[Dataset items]
________________________________________

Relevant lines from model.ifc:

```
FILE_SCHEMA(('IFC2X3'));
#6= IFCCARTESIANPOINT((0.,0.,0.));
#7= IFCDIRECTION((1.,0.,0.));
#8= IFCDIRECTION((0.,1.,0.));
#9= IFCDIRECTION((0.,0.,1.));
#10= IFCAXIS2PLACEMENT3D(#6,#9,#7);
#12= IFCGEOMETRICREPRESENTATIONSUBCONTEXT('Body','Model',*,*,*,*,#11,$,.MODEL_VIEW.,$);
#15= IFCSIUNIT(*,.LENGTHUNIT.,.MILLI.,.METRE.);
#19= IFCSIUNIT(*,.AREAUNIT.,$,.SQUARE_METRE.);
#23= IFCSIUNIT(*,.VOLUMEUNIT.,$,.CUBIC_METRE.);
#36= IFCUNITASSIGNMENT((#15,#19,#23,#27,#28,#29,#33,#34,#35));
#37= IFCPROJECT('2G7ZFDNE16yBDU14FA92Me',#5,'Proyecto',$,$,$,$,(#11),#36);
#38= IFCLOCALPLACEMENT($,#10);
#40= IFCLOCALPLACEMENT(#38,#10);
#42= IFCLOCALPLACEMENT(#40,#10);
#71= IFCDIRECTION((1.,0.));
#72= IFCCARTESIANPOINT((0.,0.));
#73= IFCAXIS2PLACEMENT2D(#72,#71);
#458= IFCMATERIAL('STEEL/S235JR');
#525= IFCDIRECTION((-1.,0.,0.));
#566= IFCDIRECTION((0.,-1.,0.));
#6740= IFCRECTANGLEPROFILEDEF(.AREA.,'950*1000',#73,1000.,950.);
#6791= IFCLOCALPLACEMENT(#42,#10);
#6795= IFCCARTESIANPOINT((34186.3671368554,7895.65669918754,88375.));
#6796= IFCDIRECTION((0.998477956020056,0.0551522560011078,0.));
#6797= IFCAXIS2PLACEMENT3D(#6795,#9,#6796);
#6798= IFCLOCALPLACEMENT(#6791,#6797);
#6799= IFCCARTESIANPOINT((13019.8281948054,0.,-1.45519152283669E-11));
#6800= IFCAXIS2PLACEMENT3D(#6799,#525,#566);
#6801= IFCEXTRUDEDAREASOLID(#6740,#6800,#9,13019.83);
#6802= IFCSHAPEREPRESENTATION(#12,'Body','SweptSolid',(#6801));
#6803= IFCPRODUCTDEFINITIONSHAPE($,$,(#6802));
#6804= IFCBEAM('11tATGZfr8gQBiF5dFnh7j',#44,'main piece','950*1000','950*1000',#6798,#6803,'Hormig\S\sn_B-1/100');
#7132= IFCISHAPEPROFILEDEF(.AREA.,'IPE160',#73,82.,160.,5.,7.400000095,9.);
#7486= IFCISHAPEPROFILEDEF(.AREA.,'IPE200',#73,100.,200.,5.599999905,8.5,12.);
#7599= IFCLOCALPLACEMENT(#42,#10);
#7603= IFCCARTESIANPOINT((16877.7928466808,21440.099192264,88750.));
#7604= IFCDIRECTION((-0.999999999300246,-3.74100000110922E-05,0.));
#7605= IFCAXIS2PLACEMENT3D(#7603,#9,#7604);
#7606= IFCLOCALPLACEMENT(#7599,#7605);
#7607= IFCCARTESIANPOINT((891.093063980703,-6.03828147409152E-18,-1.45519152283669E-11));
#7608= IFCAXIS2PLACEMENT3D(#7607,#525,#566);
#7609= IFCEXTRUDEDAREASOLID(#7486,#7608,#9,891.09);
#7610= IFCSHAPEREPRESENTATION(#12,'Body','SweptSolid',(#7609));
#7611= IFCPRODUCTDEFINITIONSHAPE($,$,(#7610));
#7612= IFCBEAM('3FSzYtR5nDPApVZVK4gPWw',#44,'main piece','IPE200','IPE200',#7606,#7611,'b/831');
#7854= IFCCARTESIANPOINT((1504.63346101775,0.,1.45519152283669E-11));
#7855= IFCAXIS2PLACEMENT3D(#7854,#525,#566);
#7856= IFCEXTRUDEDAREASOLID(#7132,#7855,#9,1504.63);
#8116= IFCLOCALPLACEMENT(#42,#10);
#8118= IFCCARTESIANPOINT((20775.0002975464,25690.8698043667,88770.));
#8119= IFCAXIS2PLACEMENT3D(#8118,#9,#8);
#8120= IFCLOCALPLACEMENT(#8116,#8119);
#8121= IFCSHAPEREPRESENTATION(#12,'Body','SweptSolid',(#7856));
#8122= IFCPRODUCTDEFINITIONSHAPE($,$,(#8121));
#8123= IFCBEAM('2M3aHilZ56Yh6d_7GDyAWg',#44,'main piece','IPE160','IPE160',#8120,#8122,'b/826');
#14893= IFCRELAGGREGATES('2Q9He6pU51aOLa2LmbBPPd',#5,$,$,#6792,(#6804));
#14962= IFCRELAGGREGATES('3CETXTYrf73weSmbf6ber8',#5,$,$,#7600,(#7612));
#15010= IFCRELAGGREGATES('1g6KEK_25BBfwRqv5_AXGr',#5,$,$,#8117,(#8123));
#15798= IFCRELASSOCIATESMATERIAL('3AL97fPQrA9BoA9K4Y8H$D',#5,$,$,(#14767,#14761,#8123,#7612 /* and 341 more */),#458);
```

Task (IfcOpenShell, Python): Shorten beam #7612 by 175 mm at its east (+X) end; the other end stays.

```python
import ifcopenshell
import ifcopenshell.util.representation
import ifcopenshell.util.unit

model = ifcopenshell.open("model.ifc")
unit_scale = ifcopenshell.util.unit.calculate_unit_scale(model)

member = model.by_guid("3FSzYtR5nDPApVZVK4gPWw")
change = -0.175 / unit_scale

# The extrusion runs towards the end named, so only its depth changes.
body = ifcopenshell.util.representation.get_representation(member, "Model", "Body")
solid = body.Items[0]
old_length = solid.Depth
solid.Depth += change

print(f"length {old_length:g} -> {solid.Depth:g}")

model.write("model_edited.ifc")
```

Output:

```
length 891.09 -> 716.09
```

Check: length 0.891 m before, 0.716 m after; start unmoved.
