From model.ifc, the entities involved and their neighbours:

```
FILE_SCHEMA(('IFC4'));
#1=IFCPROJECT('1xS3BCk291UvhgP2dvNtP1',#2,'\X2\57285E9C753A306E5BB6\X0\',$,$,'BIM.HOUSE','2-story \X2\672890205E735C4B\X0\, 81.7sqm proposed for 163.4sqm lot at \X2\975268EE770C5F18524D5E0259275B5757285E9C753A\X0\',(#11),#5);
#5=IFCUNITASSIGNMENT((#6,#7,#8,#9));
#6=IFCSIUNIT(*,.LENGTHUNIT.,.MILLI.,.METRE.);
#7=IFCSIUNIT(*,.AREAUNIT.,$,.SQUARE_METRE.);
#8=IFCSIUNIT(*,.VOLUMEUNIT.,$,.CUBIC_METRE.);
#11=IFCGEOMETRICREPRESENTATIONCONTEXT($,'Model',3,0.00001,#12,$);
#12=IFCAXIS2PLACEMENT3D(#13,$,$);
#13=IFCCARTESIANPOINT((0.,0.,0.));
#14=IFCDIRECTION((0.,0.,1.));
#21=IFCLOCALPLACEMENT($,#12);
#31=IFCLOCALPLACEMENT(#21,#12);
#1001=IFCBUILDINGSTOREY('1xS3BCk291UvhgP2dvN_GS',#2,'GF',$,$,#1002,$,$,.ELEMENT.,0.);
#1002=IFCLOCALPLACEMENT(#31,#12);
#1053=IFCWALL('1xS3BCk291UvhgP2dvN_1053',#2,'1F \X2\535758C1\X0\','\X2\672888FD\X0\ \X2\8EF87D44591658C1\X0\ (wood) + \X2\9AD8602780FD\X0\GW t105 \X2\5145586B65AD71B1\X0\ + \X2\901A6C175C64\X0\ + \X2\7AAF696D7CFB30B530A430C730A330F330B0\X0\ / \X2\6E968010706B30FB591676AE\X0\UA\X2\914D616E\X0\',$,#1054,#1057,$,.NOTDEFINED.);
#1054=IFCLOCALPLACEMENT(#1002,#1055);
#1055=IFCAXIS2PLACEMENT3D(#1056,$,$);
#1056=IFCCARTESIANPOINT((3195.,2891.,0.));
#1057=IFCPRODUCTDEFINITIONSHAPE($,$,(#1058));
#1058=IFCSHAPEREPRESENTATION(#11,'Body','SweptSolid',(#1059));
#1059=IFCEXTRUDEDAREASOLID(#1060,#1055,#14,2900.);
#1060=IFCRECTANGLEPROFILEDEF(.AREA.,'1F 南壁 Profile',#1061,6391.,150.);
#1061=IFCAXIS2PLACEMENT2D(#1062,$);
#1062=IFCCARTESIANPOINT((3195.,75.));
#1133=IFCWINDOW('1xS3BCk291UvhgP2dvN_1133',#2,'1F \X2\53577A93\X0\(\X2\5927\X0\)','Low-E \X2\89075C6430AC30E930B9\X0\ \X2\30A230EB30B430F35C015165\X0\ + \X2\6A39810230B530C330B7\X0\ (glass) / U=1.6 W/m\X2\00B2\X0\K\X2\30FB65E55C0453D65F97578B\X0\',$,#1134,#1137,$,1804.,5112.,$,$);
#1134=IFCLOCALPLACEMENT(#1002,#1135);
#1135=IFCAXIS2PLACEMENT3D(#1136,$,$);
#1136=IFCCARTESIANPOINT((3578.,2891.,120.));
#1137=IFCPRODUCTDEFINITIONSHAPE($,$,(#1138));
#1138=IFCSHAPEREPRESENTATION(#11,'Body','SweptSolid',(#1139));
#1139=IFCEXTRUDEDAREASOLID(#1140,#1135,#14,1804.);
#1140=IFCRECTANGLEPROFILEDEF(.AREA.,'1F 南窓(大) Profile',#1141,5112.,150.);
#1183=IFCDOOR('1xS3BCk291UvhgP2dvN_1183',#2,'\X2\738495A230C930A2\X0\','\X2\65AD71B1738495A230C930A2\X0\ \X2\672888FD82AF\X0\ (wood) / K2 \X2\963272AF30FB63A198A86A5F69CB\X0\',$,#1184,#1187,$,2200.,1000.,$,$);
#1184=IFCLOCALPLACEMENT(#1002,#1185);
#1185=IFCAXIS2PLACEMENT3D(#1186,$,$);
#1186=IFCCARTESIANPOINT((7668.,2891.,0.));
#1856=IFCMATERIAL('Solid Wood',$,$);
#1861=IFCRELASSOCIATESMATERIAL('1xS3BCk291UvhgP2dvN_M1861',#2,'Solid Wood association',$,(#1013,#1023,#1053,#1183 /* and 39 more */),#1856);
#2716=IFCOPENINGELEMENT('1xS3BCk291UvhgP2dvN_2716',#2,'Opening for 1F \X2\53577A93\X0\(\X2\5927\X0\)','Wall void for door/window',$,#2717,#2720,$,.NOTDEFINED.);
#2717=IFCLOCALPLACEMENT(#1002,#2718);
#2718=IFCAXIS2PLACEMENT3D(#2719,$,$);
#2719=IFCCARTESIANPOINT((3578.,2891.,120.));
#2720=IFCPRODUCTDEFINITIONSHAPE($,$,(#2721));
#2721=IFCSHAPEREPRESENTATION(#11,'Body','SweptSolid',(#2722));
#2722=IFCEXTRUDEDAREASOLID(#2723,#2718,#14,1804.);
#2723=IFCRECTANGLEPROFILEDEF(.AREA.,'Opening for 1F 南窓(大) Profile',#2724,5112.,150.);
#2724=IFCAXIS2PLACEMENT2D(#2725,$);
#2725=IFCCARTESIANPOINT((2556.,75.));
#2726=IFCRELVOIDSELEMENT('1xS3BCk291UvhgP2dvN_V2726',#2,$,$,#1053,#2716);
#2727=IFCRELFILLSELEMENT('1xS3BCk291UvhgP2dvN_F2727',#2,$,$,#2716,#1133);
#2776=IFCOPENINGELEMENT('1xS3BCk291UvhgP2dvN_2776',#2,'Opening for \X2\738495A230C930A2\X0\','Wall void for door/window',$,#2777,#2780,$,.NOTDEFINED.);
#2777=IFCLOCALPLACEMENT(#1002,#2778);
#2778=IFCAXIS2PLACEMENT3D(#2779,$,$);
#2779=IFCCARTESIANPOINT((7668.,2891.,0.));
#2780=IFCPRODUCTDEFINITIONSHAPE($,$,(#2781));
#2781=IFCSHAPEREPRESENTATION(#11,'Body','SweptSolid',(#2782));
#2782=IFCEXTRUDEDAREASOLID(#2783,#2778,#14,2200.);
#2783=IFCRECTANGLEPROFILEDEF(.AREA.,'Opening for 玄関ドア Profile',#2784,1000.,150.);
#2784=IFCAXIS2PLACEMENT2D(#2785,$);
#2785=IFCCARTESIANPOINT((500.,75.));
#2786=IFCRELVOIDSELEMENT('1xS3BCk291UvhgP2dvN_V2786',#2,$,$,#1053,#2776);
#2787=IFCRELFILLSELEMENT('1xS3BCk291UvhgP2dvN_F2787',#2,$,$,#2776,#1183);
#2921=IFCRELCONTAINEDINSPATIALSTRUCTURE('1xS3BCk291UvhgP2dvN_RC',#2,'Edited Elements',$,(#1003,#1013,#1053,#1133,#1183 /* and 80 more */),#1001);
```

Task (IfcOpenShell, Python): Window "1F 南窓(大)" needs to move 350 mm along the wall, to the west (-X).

```python
import ifcopenshell
import ifcopenshell.api.geometry
import ifcopenshell.util.placement
import ifcopenshell.util.unit

model = ifcopenshell.open("model.ifc")
unit_scale = ifcopenshell.util.unit.calculate_unit_scale(model)

window = model.by_guid("1xS3BCk291UvhgP2dvN_1133")
opening = window.FillsVoids[0].RelatingOpeningElement
wall = opening.VoidsElements[0].RelatingBuildingElement

wall_matrix = ifcopenshell.util.placement.get_local_placement(wall.ObjectPlacement)
shift = wall_matrix[:3, 0] * -0.35 / unit_scale
before = ifcopenshell.util.placement.get_local_placement(window.ObjectPlacement)[:3, 3].copy()

# The window is not placed relative to its opening, so move both.
for product in (opening, window):
    matrix = ifcopenshell.util.placement.get_local_placement(product.ObjectPlacement)
    matrix[:3, 3] += shift
    ifcopenshell.api.geometry.edit_object_placement(model, product=product, matrix=matrix, is_si=False)

after = ifcopenshell.util.placement.get_local_placement(window.ObjectPlacement)[:3, 3]
print("window moved by", (after - before).round(3) + 0.0)

model.write("model_edited.ifc")
```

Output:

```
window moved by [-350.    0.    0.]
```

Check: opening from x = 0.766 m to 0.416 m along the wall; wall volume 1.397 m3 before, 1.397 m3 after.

________________________________________

## ABOUT THIS EXERCISE
Scan the entries above and show each line that contains the word "IFCRELAGGREGATES".

## TASK OUTPUT
#14893= IFCRELAGGREGATES('2Q9He6pU51aOLa2LmbBPPd',#5,$,$,#6792,(#6804));
#14962= IFCRELAGGREGATES('3CETXTYrf73weSmbf6ber8',#5,$,$,#7600,(#7612));
#15010= IFCRELAGGREGATES('1g6KEK_25BBfwRqv5_AXGr',#5,$,$,#8117,(#8123));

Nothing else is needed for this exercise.